EXERCISE AIM -
Check each line of the records below and collect those holding "IFCINDEXEDPOLYCURVE".

AVAILABLE DATA -
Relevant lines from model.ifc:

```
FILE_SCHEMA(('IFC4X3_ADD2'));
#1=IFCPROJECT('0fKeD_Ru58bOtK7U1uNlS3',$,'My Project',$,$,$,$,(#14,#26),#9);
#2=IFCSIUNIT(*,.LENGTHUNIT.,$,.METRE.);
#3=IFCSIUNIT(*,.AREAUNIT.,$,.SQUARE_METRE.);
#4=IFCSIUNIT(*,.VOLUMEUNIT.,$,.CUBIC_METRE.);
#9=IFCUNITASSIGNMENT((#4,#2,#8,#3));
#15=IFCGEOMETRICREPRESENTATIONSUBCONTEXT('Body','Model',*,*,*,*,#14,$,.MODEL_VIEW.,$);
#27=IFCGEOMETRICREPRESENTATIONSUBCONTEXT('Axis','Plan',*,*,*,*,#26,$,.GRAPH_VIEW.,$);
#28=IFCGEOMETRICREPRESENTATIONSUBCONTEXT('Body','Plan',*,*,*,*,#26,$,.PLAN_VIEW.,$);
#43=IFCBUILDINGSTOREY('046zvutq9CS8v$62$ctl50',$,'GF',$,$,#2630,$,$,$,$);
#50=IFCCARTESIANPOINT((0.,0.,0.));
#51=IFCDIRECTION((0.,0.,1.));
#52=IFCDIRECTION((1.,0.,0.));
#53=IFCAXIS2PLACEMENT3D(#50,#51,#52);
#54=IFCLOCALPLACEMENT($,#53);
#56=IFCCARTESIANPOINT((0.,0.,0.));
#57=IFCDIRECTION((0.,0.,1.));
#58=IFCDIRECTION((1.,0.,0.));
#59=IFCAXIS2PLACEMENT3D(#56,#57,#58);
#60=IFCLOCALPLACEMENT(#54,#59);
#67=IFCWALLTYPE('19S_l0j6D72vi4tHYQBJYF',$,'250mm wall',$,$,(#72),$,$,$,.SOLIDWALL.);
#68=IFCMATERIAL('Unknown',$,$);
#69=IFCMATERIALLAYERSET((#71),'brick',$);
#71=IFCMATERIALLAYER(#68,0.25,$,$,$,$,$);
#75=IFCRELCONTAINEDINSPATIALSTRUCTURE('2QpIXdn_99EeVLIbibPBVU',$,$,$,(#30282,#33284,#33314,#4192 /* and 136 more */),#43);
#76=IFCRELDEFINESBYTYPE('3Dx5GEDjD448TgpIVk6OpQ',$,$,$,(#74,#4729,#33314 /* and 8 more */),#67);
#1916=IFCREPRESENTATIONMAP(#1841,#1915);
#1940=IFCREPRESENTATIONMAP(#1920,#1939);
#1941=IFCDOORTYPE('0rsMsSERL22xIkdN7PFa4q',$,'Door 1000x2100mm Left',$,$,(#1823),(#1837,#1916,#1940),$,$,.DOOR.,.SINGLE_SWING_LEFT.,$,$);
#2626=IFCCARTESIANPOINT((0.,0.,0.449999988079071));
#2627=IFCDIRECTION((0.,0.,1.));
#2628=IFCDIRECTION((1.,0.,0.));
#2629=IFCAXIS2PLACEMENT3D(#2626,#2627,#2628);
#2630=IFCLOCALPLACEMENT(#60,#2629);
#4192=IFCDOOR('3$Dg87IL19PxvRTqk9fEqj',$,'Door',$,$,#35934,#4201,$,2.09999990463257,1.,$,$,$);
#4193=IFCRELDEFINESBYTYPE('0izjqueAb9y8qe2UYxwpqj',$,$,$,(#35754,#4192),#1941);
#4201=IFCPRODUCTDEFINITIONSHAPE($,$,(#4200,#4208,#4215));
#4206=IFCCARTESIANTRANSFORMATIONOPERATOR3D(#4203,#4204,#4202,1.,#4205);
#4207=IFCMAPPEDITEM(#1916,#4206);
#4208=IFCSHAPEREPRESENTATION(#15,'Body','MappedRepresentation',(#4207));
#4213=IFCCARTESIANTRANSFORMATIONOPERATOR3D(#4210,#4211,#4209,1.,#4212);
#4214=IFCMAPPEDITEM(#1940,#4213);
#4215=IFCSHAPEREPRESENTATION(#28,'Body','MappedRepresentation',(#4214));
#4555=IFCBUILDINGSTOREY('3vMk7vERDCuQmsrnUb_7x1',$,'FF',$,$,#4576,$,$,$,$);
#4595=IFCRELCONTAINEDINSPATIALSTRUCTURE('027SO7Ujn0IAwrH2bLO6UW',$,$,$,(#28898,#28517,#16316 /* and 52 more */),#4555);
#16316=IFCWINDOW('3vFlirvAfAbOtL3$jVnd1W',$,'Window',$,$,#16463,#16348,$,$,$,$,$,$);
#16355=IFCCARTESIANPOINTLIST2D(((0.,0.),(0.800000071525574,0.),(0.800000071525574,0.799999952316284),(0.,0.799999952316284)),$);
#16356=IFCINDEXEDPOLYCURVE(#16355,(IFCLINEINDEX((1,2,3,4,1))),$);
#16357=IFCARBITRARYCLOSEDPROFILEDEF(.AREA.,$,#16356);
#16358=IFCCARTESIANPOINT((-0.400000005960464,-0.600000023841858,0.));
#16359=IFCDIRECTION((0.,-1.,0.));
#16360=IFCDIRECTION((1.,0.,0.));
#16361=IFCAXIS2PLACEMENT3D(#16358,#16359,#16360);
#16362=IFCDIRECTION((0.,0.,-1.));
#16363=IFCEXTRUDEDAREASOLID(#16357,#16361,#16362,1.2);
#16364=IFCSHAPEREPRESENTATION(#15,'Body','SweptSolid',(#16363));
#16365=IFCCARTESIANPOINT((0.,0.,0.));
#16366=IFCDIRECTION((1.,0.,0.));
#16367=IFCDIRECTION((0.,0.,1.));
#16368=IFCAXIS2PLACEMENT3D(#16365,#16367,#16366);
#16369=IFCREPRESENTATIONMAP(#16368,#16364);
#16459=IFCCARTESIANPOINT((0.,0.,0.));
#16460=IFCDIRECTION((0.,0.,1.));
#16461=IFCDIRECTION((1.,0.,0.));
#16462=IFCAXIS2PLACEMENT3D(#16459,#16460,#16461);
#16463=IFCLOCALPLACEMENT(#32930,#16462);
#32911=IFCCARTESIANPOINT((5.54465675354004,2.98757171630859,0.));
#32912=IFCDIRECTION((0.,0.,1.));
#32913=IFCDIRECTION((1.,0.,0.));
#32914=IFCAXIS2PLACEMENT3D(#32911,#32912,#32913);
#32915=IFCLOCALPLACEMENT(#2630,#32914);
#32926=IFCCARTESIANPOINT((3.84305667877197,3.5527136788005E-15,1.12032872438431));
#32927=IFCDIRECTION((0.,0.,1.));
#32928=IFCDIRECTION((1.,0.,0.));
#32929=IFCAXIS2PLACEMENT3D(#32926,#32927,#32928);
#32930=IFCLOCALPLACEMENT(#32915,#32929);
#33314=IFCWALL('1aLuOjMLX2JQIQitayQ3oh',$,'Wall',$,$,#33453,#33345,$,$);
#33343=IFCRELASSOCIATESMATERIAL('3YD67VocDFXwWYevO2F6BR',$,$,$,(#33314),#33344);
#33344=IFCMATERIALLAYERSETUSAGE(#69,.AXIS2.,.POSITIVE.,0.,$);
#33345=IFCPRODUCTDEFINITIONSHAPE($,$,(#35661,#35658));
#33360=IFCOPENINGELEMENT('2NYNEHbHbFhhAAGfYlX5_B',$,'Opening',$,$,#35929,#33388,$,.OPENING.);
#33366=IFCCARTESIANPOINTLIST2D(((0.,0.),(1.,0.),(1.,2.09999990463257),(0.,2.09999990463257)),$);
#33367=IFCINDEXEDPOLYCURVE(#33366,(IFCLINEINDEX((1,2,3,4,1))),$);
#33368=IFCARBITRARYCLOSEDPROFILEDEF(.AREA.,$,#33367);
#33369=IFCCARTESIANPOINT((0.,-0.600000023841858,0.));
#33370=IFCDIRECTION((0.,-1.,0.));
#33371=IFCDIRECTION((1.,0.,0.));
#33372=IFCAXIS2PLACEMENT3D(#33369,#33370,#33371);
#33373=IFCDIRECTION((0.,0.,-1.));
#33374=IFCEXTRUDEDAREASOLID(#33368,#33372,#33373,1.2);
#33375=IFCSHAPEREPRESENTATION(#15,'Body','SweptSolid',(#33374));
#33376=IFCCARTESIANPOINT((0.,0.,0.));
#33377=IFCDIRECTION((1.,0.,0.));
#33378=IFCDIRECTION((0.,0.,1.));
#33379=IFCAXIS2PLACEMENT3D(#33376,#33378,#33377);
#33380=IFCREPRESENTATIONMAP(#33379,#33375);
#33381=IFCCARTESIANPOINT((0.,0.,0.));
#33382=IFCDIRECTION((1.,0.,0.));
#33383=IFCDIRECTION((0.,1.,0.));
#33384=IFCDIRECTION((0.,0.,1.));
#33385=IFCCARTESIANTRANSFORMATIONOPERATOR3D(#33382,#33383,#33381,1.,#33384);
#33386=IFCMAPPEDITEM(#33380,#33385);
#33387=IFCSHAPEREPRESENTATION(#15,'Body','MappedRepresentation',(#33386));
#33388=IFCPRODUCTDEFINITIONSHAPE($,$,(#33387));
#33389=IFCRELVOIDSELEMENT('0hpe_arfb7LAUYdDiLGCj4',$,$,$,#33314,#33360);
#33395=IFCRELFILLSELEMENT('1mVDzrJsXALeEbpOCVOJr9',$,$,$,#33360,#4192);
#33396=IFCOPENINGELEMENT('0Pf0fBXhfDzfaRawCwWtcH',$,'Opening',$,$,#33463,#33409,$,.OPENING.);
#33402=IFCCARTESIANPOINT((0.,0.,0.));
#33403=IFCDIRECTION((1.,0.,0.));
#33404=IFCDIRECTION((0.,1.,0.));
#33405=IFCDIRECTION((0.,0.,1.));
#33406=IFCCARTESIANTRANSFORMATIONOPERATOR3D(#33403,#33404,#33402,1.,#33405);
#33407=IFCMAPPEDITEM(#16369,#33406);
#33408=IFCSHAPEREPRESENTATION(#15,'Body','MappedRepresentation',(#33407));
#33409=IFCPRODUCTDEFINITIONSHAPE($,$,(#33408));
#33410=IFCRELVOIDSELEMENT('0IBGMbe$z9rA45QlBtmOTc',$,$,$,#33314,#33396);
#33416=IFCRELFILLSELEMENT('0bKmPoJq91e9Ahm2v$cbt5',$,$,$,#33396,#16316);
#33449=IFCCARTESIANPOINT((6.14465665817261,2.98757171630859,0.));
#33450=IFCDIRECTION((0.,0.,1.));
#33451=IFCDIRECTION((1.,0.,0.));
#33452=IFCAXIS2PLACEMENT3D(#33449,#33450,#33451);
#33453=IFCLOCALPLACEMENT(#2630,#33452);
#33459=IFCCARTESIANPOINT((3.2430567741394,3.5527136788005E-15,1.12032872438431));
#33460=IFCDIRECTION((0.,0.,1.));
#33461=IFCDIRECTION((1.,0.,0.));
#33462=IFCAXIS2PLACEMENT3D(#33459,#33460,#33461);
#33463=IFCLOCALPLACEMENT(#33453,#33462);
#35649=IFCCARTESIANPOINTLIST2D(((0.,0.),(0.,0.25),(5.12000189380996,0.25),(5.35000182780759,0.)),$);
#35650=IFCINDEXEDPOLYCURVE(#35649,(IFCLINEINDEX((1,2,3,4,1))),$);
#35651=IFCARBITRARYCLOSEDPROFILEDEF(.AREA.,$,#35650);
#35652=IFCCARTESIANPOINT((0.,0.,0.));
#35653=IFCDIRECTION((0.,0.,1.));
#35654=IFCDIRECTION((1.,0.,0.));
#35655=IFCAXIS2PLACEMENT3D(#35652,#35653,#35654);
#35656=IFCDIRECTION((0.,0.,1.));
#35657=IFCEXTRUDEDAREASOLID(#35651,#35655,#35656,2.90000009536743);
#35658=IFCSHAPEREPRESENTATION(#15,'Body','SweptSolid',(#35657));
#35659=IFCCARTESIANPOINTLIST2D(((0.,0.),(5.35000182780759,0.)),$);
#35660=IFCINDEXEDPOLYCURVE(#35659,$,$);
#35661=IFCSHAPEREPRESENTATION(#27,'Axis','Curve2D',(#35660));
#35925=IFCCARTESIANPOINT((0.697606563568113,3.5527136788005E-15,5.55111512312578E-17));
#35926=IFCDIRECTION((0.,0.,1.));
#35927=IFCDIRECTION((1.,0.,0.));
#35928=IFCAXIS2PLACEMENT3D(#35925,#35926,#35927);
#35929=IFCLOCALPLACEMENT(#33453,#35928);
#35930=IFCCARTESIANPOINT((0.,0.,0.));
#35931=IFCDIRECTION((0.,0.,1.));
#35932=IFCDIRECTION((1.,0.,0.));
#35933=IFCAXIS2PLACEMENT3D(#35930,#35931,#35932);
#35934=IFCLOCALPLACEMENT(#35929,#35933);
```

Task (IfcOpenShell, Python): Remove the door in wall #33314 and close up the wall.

```python
import ifcopenshell
import ifcopenshell.api.feature
import ifcopenshell.api.root
import ifcopenshell.geom
import ifcopenshell.util.shape

model = ifcopenshell.open("model.ifc")
settings = ifcopenshell.geom.settings()


def volume(element):
    """Net volume in cubic metres, openings subtracted."""
    shape = ifcopenshell.geom.create_shape(settings, element)
    return ifcopenshell.util.shape.get_volume(shape.geometry)


door = model.by_guid("3$Dg87IL19PxvRTqk9fEqj")
opening = door.FillsVoids[0].RelatingOpeningElement
wall = opening.VoidsElements[0].RelatingBuildingElement
before = volume(wall)

ifcopenshell.api.root.remove_product(model, product=door)
ifcopenshell.api.feature.remove_feature(model, feature=opening)

after = volume(wall)

print(f"wall volume {before:.3f} -> {after:.3f} m3")

model.write("model_updated.ifc")
```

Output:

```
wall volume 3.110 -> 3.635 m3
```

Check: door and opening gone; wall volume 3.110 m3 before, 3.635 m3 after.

SOLUTION BELOW -
#16356=IFCINDEXEDPOLYCURVE(#16355,(IFCLINEINDEX((1,2,3,4,1))),$);
#33367=IFCINDEXEDPOLYCURVE(#33366,(IFCLINEINDEX((1,2,3,4,1))),$);
#35650=IFCINDEXEDPOLYCURVE(#35649,(IFCLINEINDEX((1,2,3,4,1))),$);
#35660=IFCINDEXEDPOLYCURVE(#35659,$,$);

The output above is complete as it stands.